On July 23, 2024, Meta introduced Llama 3.1, a suite of open-source artificial intelligence (AI) models that are poised to revolutionize the field of natural language processing (NLP). The release includes the Llama 3.1 405B model, which Meta claims is the world's largest and most capable openly available foundation model, along with upgraded versions of the 8B and 70B models.
According to Meta CEO Mark Zuckerberg, the latest generation of Llama will ignite new applications and modeling paradigms, including synthetic data generation to enable the improvement and training of smaller models, as well as model distillation—a capability that has never been achieved at this scale in open source.
The Llama 3.1 models boast state-of-the-art capabilities in general knowledge, steerability, math, tool use, and multilingual translation. The 405B model, in particular, rivals the top AI models and outperforms GPT-4o and Anthropic's Claude 3.5 Sonnet on several benchmarks. Meta trained the model using an extensive dataset comprising 15 trillion tokens, with information current up to 2024.

One of the key advantages of Llama 3.1 is its open-source nature. Unlike closed models, Llama model weights are available for download, allowing developers to fully customize the models for their needs and applications, train on new datasets, and conduct additional fine-tuning. This enables the broader developer community to more fully realize the power of generative AI and deploy the technology in any environment, including on-premises, in the cloud, or even locally on a laptop—all without sharing data with Meta.
Meta has also made changes to its license, allowing developers to use the outputs from Llama models—including the 405B—to improve other models. This could have important implications for how models work together and the economic implications for the return on investment of smaller models.
The Llama 3.1 models are available for download on llama.meta.com and Hugging Face, as well as for immediate development on Meta's broad ecosystem of partner platforms, including major cloud services like AWS, Azure, and Google. Companies such as Scale.AI, Dell, Deloitte, and others are ready to help enterprises adopt Llama and train custom models with their own data.
Alongside the release of Llama 3.1, Meta is expanding the reach of its Llama-powered AI assistant to additional countries and languages, while also introducing a new feature that enables image generation based on a person's unique appearance. The Meta AI assistant is now available in 22 countries, with users able to interact across WhatsApp, Instagram, Messenger, and Facebook in new languages, including French, German, Hindi, Italian, Portuguese, and Spanish.

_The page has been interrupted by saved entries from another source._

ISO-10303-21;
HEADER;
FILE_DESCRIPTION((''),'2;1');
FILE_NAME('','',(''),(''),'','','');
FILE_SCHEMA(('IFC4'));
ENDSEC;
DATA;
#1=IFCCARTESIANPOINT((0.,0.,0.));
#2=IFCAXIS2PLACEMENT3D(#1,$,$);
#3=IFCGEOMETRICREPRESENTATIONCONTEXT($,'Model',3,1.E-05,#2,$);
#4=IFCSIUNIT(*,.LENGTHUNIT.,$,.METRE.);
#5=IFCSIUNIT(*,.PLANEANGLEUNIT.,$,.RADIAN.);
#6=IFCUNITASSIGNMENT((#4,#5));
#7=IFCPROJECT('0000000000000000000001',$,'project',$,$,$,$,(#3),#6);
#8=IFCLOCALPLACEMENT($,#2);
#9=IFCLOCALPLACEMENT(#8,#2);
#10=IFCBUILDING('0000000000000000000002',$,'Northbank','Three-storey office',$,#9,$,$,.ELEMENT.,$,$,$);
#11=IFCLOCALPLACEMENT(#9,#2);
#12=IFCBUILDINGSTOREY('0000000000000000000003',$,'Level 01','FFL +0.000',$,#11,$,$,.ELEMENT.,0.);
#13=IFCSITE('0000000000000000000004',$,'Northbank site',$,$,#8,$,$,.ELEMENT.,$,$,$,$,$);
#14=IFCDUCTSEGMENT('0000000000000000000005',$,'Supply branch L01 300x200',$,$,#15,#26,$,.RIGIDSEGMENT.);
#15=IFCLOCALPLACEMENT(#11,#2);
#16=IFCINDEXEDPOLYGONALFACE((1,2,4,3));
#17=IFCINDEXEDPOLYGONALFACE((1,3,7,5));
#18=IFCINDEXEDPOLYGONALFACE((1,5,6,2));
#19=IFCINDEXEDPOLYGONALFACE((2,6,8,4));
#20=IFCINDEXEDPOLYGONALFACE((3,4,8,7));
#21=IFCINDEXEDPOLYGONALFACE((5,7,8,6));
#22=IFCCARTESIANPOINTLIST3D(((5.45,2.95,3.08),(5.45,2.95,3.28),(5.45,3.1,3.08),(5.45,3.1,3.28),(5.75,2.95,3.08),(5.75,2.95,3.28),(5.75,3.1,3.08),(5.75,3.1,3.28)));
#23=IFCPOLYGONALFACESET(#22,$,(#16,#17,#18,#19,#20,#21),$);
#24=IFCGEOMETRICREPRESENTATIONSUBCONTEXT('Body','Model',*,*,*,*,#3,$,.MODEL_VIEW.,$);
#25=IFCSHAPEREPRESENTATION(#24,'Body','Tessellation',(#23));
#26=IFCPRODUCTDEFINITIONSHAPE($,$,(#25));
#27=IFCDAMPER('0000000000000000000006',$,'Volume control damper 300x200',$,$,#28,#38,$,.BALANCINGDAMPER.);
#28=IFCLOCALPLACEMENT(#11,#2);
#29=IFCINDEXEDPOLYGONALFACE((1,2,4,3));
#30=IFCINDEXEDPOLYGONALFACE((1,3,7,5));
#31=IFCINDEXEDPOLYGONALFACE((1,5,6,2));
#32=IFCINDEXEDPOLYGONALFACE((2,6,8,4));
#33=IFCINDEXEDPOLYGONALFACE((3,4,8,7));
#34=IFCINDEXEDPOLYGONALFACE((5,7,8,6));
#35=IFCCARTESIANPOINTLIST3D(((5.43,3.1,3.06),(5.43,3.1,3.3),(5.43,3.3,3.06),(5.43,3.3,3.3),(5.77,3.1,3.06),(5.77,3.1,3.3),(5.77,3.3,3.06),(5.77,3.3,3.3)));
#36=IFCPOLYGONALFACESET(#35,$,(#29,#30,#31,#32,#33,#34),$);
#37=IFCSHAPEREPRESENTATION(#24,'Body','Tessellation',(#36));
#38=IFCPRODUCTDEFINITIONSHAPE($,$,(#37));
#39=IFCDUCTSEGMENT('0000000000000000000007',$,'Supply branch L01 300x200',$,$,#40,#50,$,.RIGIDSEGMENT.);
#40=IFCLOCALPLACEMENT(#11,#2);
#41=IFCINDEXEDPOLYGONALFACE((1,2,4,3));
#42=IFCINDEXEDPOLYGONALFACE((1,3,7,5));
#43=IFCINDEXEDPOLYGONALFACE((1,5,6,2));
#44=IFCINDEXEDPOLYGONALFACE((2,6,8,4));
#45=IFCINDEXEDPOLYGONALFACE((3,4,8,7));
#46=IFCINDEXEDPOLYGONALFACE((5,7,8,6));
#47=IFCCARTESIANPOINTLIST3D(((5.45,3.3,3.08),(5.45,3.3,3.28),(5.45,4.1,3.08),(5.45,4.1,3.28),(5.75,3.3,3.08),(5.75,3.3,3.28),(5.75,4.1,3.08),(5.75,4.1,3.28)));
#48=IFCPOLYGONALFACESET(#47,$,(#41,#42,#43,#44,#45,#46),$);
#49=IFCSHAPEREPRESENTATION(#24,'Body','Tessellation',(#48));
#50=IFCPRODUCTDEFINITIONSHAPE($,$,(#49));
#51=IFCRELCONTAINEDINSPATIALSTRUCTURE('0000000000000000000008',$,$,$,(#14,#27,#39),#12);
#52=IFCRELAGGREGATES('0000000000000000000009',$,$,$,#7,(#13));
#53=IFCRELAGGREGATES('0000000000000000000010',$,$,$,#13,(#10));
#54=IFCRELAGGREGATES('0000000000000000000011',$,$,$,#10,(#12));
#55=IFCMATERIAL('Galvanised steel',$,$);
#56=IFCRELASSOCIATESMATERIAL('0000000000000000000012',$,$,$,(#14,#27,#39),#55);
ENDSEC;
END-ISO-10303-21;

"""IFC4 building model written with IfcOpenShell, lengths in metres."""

from ifc_helpers import new_model, si_unit, frame, origin, place, context, subcontext, project, spatial, rectangle, extrude, material, element, save


model = new_model("IFC4")

# Units and contexts
model_context = context("Model", 3, precision=1e-05, world=origin())
body_context = subcontext(model_context, "Body", "Model", "MODEL_VIEW")
ifc_project = project(units=[si_unit("LENGTHUNIT", "METRE"), si_unit("PLANEANGLEUNIT", "RADIAN")], contexts=[model_context])

# Site, building, storey
site_placement = place(None, origin())
site = spatial("IfcSite", under=ifc_project, at=site_placement, Name="Northbank site", CompositionType="ELEMENT")
building_placement = place(site_placement, origin())
building = spatial("IfcBuilding", under=site, at=building_placement, Name="Northbank", Description="Three-storey office", CompositionType="ELEMENT")
storey_placement = place(building_placement, origin())
storey = spatial("IfcBuildingStorey", under=building, at=storey_placement, Name="Level 01", Description="FFL +0.000", CompositionType="ELEMENT", Elevation=0.0)

# Shared definitions
ifc_material_1 = material(Name="Galvanised steel")

# Duct segment
duct_segment_1_placement = place(storey_placement, origin())
element("IfcDuctSegment", 1, at=duct_segment_1_placement, inside=storey, material=ifc_material_1, Name="Supply branch L01 300x200", PredefinedType="RIGIDSEGMENT", context=body_context, shape_type="SweptSolid", body=[
    extrude(rectangle(XDim=0.3, YDim=0.2), frame((5.6, 2.95, 3.18), z_axis=(0.0, 1.0, 0.0), x_axis=(-1.0, 0.0, 0.0)), (0.0, 0.0, 1.0), 0.15),
])

# Damper
damper_1_placement = place(storey_placement, origin())
element("IfcDamper", 2, at=damper_1_placement, inside=storey, material=ifc_material_1, Name="Volume control damper 300x200", PredefinedType="BALANCINGDAMPER", context=body_context, shape_type="SweptSolid", body=[
    extrude(rectangle(XDim=0.34, YDim=0.24), frame((5.6, 3.1, 3.18), z_axis=(0.0, 1.0, 0.0), x_axis=(-1.0, 0.0, 0.0)), (0.0, 0.0, 1.0), 0.2),
])

# Duct segment
duct_segment_2_placement = place(storey_placement, origin())
element("IfcDuctSegment", 3, at=duct_segment_2_placement, inside=storey, material=ifc_material_1, Name="Supply branch L01 300x200", PredefinedType="RIGIDSEGMENT", context=body_context, shape_type="SweptSolid", body=[
    extrude(rectangle(XDim=0.3, YDim=0.2), frame((5.6, 3.3, 3.18), z_axis=(0.0, 1.0, 0.0), x_axis=(-1.0, 0.0, 0.0)), (0.0, 0.0, 1.0), 0.8),
])

save(model, "model.ifc")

The community has already built impressive applications with past Llama models, such as an AI study buddy deployed in WhatsApp and Messenger, an LLM tailored to the medical field, and a healthcare non-profit startup in Brazil that streamlines patient information communication. With the release of Llama 3.1, Meta anticipates a surge in innovation and the development of more advanced chatbots, tools with greater reasoning capabilities, and better computer coding agents.
As the AI race continues to heat up, Meta's commitment to open-source development sets it apart from the growing trend of secrecy among AI companies. While some developers have criticized Meta for not being fully transparent about certain aspects of its models, such as the training data, the release of Llama 3.1 represents a significant step forward in the democratization of AI technology.